Keir Giles
ARRSE Rating
5 Mushroom Heads
Russia and Russian State behaviour tends to puzzle observers in the West, be they policy makers, academics or the general populace. This book lucidly explains the reasons behind both this behaviour and the consequent befuddlement; as well as offering a way forward in dealing with Moscow. It is a concise, accessible, well written and structured exposé of what I like to call the “Muscovite Mindset”. Although ostensibly an academic publication, the style and prose easily lends itself to the average layman with an interest in the subject.

We are predisposed to assess people (and peoples) by our own standards. This is even more so, when such people resemble us and are our neighbours. The author explains why this is a fundamental error in judgement in relation to Russia. He shows us just how much Russian thought processes and viewpoints differ from ours; why they do so and what should be done to avoid mutual misunderstanding.

It has been recent accepted wisdom by many in the West that the Russians are just like us, but have been cruelly deviated by the excesses of a Communist dictatorship and that the fall of this regime was supposed to enable Russia to rejoin “the geopolitical mainstream”. This is not so, the Russian historical experience is substantially different from that of the rest of Europe and it has influenced the development of its view of the world to diverge considerably from what we regard as “normal”.

Russia has shown a steady continuity of internal and external political behaviour since the development of the early Muscovite State under the tutelage of the Mongol Horde, which then aggressively expanded into the Tsardom of all the Russias by devouring the other Russian principalities. The USSR continued and extended well-established Tsarist methods of internal control and external relations as does its current successor state. Nomenclature may change, but the mental processes underpinning the organisation of the state, the relationship of the ruled to the rulers and the view of the outside world from the Kremlin have essentially remained the same.

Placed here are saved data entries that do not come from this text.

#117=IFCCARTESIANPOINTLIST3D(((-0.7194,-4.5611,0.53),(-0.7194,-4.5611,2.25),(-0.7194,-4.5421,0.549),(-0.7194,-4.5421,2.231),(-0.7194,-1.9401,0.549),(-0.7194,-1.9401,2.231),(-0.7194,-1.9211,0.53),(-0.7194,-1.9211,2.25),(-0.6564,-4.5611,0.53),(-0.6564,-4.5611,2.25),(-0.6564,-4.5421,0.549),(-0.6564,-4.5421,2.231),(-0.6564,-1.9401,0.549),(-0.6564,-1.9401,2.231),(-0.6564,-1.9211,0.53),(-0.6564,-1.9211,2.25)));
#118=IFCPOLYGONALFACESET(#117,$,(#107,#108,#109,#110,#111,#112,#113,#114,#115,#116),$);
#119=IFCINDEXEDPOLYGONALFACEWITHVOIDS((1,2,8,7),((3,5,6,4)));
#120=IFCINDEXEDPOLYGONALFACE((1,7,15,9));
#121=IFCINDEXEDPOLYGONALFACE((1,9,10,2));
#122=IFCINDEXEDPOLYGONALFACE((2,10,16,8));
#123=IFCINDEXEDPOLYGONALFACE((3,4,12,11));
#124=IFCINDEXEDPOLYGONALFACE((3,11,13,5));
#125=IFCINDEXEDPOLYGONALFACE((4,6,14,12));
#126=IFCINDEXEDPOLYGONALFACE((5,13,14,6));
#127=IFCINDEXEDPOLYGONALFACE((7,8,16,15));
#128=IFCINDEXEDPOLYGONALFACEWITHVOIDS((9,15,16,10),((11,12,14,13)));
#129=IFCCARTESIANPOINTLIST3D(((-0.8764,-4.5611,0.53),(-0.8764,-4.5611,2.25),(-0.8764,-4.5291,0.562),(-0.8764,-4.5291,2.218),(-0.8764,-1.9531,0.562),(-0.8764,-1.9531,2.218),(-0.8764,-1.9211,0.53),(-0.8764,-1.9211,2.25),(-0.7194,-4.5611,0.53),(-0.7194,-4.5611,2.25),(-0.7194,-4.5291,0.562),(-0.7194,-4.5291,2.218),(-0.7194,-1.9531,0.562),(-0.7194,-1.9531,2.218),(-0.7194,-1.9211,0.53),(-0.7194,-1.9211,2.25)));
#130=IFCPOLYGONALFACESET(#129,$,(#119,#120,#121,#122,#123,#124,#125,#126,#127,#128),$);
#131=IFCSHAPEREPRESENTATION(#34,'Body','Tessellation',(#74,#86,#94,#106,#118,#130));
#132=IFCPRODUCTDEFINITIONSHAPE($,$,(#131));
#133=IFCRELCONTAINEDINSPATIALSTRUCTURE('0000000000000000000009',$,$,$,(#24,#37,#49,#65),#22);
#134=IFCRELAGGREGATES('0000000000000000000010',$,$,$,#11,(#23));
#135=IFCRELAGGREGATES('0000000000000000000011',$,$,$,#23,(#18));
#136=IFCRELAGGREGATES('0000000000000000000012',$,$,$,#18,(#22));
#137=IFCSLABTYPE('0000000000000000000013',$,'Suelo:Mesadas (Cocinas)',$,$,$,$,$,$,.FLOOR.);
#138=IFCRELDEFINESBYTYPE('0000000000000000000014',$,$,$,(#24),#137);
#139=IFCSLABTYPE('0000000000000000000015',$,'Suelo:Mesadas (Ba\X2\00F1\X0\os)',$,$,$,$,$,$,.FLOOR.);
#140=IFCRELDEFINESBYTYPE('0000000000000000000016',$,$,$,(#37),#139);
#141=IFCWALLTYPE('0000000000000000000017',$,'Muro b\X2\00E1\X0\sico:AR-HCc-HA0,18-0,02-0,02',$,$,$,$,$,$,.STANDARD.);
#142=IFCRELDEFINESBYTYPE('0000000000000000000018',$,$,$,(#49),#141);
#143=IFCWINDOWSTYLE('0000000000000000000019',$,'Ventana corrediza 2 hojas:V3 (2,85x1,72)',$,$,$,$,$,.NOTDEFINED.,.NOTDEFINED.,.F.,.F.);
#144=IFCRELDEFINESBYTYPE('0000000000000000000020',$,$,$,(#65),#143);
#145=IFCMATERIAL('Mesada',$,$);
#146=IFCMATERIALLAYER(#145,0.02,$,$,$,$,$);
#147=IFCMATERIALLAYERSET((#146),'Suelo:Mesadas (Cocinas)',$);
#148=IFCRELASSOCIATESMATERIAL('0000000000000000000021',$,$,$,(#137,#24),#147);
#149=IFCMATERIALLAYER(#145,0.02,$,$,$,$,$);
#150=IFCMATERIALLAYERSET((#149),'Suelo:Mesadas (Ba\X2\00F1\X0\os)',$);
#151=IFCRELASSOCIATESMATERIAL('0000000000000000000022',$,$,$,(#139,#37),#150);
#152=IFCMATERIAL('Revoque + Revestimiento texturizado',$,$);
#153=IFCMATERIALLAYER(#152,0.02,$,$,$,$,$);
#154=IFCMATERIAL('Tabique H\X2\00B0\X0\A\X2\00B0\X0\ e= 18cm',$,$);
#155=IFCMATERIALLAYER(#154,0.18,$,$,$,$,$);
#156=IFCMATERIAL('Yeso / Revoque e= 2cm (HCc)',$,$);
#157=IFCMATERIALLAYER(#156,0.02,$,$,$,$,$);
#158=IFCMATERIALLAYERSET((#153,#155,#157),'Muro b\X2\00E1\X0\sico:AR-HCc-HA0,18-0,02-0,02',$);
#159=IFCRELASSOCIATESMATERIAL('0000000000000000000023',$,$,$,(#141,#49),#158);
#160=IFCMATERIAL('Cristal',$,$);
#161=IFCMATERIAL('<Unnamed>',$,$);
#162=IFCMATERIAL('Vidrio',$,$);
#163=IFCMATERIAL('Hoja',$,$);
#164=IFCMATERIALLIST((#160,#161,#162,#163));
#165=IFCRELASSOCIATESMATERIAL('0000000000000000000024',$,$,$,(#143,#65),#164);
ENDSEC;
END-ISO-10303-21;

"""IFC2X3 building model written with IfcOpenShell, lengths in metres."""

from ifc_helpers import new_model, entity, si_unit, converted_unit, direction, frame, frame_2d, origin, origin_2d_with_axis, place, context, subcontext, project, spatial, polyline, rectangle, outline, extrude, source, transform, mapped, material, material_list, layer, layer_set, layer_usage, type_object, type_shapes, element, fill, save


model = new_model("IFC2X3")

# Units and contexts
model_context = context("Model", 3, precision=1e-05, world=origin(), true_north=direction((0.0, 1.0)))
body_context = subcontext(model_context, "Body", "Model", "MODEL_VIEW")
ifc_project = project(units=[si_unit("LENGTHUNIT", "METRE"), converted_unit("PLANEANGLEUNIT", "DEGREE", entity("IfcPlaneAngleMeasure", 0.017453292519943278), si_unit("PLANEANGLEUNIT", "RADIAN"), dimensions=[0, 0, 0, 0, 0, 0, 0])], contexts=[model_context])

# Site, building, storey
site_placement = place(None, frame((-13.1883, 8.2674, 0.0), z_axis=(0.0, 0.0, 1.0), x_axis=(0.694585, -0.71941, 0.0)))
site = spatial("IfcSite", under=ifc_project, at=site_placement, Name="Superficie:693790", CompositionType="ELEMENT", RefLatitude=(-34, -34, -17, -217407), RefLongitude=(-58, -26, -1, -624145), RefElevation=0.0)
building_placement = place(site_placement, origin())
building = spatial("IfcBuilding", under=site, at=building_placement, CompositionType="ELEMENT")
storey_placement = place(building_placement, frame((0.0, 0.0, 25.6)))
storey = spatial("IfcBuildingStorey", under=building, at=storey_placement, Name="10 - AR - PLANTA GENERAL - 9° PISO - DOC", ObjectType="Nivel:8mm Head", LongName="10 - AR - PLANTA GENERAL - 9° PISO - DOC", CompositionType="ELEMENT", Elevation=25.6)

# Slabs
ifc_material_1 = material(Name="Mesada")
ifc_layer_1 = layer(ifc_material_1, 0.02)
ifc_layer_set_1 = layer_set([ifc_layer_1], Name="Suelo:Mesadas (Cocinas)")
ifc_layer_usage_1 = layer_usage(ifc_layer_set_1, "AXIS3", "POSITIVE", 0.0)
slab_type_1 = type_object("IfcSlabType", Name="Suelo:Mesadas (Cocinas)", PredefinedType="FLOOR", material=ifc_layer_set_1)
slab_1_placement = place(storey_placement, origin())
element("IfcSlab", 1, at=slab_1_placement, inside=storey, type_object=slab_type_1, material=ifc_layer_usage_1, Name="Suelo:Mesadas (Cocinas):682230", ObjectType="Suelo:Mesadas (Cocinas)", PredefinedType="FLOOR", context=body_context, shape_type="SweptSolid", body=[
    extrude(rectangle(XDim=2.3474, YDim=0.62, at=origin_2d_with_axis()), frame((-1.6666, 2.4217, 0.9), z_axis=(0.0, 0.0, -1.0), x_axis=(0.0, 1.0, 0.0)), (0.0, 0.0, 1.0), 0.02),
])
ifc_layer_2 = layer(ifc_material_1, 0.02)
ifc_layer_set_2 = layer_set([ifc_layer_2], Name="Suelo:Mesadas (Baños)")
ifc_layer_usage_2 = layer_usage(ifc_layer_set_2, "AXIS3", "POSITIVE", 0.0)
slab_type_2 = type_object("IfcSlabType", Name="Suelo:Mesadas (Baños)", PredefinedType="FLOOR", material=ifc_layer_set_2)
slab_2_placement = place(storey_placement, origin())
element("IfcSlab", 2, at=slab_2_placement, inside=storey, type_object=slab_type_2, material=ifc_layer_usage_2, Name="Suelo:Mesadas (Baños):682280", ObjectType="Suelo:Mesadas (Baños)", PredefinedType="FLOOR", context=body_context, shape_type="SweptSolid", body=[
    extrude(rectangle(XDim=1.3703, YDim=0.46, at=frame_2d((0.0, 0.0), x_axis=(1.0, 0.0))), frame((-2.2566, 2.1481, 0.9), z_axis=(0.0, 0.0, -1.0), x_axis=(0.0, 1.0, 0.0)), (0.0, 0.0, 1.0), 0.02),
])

Despite any international laws, the “Muscovite Mindset” is still prevalent. A belief that there is a constant state of conflict between Russia and other nations. So because (as it believes) Russia is constantly under attack, it must defend itself and is thus entitled to use any method that it assesses it can gain by. This mindset also predisposes that it is a rational and naturally prevalent state of thought and that any entity which does not apply such policies will be consumed by those who do. It is a “dog eat dog” world and Moscow will do anything to come out as “top dog”.

This book is a great introduction to understanding the mentality of Russia and is highly recommended to all those who have any sort of dealings with Russia and the Russians.